* **Exercise instructions**: Each line containing the string "VOLUMEUNIT" should be copied out of the entries.

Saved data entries
##############################

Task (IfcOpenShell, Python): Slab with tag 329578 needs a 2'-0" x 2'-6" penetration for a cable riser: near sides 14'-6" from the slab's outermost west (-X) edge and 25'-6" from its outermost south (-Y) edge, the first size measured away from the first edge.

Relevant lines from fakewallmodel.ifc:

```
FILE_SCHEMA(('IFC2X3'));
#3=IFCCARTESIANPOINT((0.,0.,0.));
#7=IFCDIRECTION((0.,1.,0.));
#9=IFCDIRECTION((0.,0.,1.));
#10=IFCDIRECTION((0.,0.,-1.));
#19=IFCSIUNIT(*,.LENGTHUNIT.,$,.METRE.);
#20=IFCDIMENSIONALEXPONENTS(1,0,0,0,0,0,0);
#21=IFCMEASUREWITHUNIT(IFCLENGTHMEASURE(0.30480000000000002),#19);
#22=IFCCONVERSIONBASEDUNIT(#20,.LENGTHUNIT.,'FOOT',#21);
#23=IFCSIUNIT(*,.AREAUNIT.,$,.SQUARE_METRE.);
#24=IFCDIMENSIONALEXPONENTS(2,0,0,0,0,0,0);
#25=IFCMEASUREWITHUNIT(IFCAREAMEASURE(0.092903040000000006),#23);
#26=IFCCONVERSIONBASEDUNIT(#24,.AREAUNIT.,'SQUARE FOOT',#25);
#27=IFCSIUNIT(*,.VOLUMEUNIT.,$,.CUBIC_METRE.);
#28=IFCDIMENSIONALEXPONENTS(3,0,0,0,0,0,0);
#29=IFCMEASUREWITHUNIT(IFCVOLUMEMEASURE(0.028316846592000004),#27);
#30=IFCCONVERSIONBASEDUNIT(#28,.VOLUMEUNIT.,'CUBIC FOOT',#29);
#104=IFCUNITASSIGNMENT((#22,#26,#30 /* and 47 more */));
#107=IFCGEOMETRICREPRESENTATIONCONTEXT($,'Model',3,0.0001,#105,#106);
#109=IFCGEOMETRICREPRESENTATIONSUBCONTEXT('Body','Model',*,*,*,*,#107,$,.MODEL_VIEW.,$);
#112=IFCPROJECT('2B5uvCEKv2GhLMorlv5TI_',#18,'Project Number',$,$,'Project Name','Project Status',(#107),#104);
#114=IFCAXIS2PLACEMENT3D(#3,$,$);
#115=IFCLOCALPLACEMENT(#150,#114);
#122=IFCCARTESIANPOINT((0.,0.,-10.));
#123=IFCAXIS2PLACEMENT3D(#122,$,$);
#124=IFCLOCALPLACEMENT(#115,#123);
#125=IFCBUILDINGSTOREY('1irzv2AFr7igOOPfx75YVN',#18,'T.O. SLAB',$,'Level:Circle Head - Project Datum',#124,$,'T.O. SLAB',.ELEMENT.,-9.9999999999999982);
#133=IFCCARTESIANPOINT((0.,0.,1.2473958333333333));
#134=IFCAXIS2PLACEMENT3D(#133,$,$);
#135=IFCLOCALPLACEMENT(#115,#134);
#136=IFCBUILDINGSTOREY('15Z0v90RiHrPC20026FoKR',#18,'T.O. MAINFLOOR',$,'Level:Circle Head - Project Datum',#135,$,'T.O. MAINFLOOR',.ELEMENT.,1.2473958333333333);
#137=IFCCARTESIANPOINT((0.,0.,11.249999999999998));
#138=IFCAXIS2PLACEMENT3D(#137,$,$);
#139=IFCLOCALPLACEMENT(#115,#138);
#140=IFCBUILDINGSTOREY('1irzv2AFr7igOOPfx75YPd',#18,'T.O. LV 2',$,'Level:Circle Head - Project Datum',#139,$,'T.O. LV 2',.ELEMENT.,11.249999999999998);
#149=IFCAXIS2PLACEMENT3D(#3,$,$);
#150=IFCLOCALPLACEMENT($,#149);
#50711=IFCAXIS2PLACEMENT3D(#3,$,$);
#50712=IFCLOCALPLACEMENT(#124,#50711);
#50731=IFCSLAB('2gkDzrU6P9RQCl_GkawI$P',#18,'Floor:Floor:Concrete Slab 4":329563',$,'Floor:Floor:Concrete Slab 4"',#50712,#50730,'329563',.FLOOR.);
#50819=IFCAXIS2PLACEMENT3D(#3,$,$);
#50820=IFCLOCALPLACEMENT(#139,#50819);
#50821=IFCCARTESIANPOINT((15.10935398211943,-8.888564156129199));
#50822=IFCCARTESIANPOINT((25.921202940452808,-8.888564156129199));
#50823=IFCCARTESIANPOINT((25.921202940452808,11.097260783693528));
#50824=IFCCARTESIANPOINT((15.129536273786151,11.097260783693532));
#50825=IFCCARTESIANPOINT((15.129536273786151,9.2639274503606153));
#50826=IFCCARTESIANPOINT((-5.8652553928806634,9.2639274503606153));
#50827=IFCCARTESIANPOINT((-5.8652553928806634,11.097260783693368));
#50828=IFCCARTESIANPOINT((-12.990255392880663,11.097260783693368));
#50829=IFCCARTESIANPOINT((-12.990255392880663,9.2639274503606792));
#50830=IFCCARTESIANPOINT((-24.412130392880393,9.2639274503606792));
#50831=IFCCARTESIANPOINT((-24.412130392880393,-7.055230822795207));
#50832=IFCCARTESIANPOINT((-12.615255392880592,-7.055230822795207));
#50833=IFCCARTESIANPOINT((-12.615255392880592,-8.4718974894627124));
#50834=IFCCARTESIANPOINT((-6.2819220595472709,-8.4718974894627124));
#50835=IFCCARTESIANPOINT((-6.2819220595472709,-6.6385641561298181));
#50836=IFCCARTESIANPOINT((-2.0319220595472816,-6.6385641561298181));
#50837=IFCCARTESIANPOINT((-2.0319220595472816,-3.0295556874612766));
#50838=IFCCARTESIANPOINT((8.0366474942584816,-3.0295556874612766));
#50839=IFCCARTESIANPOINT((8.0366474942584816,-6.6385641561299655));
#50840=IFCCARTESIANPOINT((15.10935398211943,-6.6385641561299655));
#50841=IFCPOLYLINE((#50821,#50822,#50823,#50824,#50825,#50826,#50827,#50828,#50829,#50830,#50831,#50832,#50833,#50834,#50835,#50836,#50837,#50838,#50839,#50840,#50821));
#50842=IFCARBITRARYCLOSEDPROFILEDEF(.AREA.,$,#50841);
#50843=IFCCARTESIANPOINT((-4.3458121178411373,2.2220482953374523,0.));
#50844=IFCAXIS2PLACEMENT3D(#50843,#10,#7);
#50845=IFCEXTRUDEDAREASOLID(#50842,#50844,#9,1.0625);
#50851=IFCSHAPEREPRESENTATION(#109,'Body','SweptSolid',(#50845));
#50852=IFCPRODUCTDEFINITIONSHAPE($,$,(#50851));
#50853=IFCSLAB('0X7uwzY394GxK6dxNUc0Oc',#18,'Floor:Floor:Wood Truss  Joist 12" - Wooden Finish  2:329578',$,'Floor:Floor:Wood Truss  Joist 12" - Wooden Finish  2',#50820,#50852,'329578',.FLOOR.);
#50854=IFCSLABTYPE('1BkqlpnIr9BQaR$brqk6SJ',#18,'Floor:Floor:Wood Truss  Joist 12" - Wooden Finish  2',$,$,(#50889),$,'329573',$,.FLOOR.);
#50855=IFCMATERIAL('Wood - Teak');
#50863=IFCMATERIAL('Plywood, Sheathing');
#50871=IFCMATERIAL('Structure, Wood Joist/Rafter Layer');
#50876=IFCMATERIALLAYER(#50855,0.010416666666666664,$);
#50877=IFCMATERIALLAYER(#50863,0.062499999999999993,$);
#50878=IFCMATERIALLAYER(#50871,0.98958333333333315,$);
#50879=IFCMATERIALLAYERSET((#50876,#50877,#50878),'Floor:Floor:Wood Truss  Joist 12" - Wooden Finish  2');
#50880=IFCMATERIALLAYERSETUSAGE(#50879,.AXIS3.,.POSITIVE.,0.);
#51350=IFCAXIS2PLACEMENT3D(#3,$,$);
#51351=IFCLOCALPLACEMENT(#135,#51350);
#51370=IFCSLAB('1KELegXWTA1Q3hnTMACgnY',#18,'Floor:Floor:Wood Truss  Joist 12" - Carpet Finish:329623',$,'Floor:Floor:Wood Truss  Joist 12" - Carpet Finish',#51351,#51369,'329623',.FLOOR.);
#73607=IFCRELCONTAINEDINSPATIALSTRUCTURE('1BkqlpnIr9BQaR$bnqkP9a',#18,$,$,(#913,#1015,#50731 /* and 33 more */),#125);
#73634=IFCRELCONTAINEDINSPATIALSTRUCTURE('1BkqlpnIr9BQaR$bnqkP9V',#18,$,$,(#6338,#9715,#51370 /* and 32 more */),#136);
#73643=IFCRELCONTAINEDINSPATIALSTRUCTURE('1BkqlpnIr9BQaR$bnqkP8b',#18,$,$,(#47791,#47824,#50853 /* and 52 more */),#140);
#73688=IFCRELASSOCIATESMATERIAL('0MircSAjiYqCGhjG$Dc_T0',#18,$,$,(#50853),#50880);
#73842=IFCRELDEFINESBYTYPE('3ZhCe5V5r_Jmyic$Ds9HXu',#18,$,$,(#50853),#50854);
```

```python
import numpy as np
import ifcopenshell
import ifcopenshell.api.feature
import ifcopenshell.api.geometry
import ifcopenshell.api.root
import ifcopenshell.geom
import ifcopenshell.util.placement
import ifcopenshell.util.representation
import ifcopenshell.util.shape
import ifcopenshell.util.unit

model = ifcopenshell.open("fakewallmodel.ifc")
unit_scale = ifcopenshell.util.unit.calculate_unit_scale(model)
settings = ifcopenshell.geom.settings()


def volume(element):
    """Net volume in cubic metres, openings subtracted."""
    shape = ifcopenshell.geom.create_shape(settings, element)
    return ifcopenshell.util.shape.get_volume(shape.geometry)


slab = model.by_guid("0X7uwzY394GxK6dxNUc0Oc")
before = volume(slab)

# Extent in the slab's own axes, in metres. The edges named are its -X and -Y sides.
slab_shape = ifcopenshell.geom.create_shape(settings, slab)
vertices = ifcopenshell.util.shape.get_vertices(slab_shape.geometry)
x_min, y_min, bottom = vertices.min(axis=0)
top = vertices[:, 2].max()

opening = ifcopenshell.api.root.create_entity(model, ifc_class="IfcOpeningElement", name="Cable riser opening")
context = ifcopenshell.util.representation.get_context(model, "Model", "Body", "MODEL_VIEW")
width, depth = 0.6096, 0.762
outline = [(0.0, 0.0), (width, 0.0), (width, depth), (0.0, depth), (0.0, 0.0)]
# Overshoot both faces by 50 mm so the cut is clean.
shape = ifcopenshell.api.geometry.add_slab_representation(
    model, context=context, depth=top - bottom + 0.1, polyline=outline
)
ifcopenshell.api.geometry.assign_representation(model, product=opening, representation=shape)

matrix = ifcopenshell.util.placement.get_local_placement(slab.ObjectPlacement)
matrix[:, 3] = matrix @ np.append(np.array([x_min + 4.4196, y_min + 7.7724, bottom - 0.05]) / unit_scale, 1.0)
ifcopenshell.api.geometry.edit_object_placement(model, product=opening, matrix=matrix, is_si=False)
ifcopenshell.api.feature.add_feature(model, feature=opening, element=slab)

after = volume(slab)

print(f"slab volume {before:.3f} -> {after:.3f} m3")

model.write("fakewallmodel_v2.ifc")
```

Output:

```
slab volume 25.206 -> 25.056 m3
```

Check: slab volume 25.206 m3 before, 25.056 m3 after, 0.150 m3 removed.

##############################

* **Answer for the task**:
#27=IFCSIUNIT(*,.VOLUMEUNIT.,$,.CUBIC_METRE.);
#30=IFCCONVERSIONBASEDUNIT(#28,.VOLUMEUNIT.,'CUBIC FOOT',#29);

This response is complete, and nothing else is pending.